Reductive evolution of proteomes and protein structures.

The lengths of orthologous protein families in Eukarya are almost double the lengths found in Bacteria and Archaea. Here we examine protein structures in 745 genomes and show that protein length differences between superkingdoms arise as much shorter prokaryotic nondomain linker sequences. Eukaryotic, bacterial, and archaeal linkers are 250, 86, and 73 aa residues in length, respectively, whereas folded domain sequences are 281, 280, and 256 residues, respectively. Cryptic domains match linkers (P < 0.0001) with probabilities ranging between 0.022 and 0.042; accordingly, they do not affect length estimates significantly. Linker sequences support intermolecular binding within proteomes and they are probably enriched in intrinsically disordered regions as well. Reductively evolved linker sequence lengths in growth rate maximized cells should be proportional to proteome diversity.

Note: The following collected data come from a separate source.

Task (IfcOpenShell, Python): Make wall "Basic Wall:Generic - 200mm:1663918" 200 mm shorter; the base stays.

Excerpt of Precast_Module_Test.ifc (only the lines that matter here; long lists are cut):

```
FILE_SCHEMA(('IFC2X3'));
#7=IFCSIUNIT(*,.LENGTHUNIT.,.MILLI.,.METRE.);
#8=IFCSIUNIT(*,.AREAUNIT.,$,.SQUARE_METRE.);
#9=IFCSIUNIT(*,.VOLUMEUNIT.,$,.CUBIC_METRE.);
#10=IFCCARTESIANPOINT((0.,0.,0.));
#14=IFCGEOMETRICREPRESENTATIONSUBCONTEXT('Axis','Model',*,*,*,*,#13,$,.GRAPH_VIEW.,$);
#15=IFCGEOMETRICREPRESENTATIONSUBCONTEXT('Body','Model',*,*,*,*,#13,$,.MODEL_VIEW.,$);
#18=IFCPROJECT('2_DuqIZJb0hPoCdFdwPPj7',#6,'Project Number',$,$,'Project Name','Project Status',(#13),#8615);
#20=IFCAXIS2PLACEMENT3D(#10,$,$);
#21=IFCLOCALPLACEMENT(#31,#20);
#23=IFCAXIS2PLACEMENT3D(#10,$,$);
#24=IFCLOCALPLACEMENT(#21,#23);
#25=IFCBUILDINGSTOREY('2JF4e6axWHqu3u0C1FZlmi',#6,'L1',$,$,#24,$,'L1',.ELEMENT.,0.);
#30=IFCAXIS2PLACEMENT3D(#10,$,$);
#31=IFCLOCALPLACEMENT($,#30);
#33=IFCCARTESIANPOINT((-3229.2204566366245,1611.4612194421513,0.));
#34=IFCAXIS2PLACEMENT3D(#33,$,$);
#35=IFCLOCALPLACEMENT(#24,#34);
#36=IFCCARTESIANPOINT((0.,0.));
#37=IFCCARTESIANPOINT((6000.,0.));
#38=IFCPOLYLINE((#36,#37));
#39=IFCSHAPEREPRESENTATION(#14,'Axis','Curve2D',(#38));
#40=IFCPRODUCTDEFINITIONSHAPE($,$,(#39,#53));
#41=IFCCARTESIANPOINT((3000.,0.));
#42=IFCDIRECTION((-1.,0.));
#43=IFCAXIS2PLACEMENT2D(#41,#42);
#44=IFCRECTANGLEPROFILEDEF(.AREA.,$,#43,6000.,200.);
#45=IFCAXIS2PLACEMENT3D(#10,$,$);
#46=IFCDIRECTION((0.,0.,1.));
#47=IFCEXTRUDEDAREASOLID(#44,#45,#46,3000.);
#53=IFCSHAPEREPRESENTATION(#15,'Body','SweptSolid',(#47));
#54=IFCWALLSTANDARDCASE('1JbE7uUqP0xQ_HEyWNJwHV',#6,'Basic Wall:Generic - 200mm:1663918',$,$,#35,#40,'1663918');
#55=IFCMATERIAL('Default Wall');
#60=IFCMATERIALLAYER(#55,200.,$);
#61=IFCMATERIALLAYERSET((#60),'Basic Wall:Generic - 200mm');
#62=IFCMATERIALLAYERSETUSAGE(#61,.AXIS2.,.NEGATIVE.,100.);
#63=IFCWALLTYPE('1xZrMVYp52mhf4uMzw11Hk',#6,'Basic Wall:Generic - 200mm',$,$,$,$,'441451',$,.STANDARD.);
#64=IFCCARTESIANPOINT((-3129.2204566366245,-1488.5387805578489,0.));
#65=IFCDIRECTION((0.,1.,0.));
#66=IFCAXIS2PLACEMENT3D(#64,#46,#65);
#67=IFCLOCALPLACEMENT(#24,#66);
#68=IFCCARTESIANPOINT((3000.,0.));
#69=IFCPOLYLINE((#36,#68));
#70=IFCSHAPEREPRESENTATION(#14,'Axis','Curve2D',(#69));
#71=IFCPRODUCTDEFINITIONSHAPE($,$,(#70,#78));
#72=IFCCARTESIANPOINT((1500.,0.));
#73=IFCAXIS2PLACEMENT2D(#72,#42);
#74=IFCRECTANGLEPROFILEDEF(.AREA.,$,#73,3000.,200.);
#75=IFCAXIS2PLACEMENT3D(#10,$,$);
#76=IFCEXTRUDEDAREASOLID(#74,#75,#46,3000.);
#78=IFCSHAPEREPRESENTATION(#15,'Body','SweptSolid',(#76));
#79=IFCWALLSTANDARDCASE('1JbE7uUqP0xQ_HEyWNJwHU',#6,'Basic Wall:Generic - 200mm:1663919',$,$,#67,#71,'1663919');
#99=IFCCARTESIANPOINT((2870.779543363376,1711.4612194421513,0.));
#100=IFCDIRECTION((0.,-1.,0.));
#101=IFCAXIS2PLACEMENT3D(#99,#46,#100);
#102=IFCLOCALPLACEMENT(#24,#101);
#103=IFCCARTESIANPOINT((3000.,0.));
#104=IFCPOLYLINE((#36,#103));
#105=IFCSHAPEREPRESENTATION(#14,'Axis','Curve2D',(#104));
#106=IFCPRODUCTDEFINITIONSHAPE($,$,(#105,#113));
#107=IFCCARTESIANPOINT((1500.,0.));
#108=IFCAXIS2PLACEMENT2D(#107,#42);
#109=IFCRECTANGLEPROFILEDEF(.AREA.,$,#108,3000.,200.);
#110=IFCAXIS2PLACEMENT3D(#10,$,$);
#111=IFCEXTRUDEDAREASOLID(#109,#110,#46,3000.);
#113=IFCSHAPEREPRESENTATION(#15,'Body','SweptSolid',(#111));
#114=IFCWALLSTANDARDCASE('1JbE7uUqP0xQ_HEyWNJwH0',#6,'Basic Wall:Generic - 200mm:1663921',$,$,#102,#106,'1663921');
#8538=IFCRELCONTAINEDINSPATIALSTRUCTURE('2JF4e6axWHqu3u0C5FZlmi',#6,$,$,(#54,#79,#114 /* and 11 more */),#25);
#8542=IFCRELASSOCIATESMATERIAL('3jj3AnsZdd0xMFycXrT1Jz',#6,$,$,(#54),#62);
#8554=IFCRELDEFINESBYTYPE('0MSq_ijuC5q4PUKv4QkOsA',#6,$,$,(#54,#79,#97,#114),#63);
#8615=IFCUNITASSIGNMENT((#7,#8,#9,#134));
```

```python
import ifcopenshell
import ifcopenshell.geom
import ifcopenshell.util.representation
import ifcopenshell.util.shape
import ifcopenshell.util.unit

model = ifcopenshell.open("Precast_Module_Test.ifc")
unit_scale = ifcopenshell.util.unit.calculate_unit_scale(model)
settings = ifcopenshell.geom.settings()


def volume(element):
    """Net volume in cubic metres, openings subtracted."""
    shape = ifcopenshell.geom.create_shape(settings, element)
    return ifcopenshell.util.shape.get_volume(shape.geometry)


wall = model.by_guid("1JbE7uUqP0xQ_HEyWNJwHV")
before = volume(wall)

body = ifcopenshell.util.representation.get_representation(wall, "Model", "Body")
solid = body.Items[0]
old_height = solid.Depth
solid.Depth -= 0.2 / unit_scale
after = volume(wall)

print(f"height {old_height:g} -> {solid.Depth:g}, volume {before:.3f} -> {after:.3f} m3")

model.write("Precast_Module_Test-out.ifc")
```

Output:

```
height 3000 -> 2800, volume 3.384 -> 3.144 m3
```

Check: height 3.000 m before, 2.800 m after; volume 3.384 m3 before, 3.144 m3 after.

By using total in-frame coding capacity of a genome [i.e., coding sequence (CDS)] as a reliable measure of proteome diversity, we find linker lengths of prokaryotes clearly evolve in proportion to CDS values, whereas those of eukaryotes are more randomly larger than expected. Domain lengths scarcely change over the entire range of CDS values. Thus, the protein linkers of prokaryotes evolve reductively whereas those of eukaryotes do not.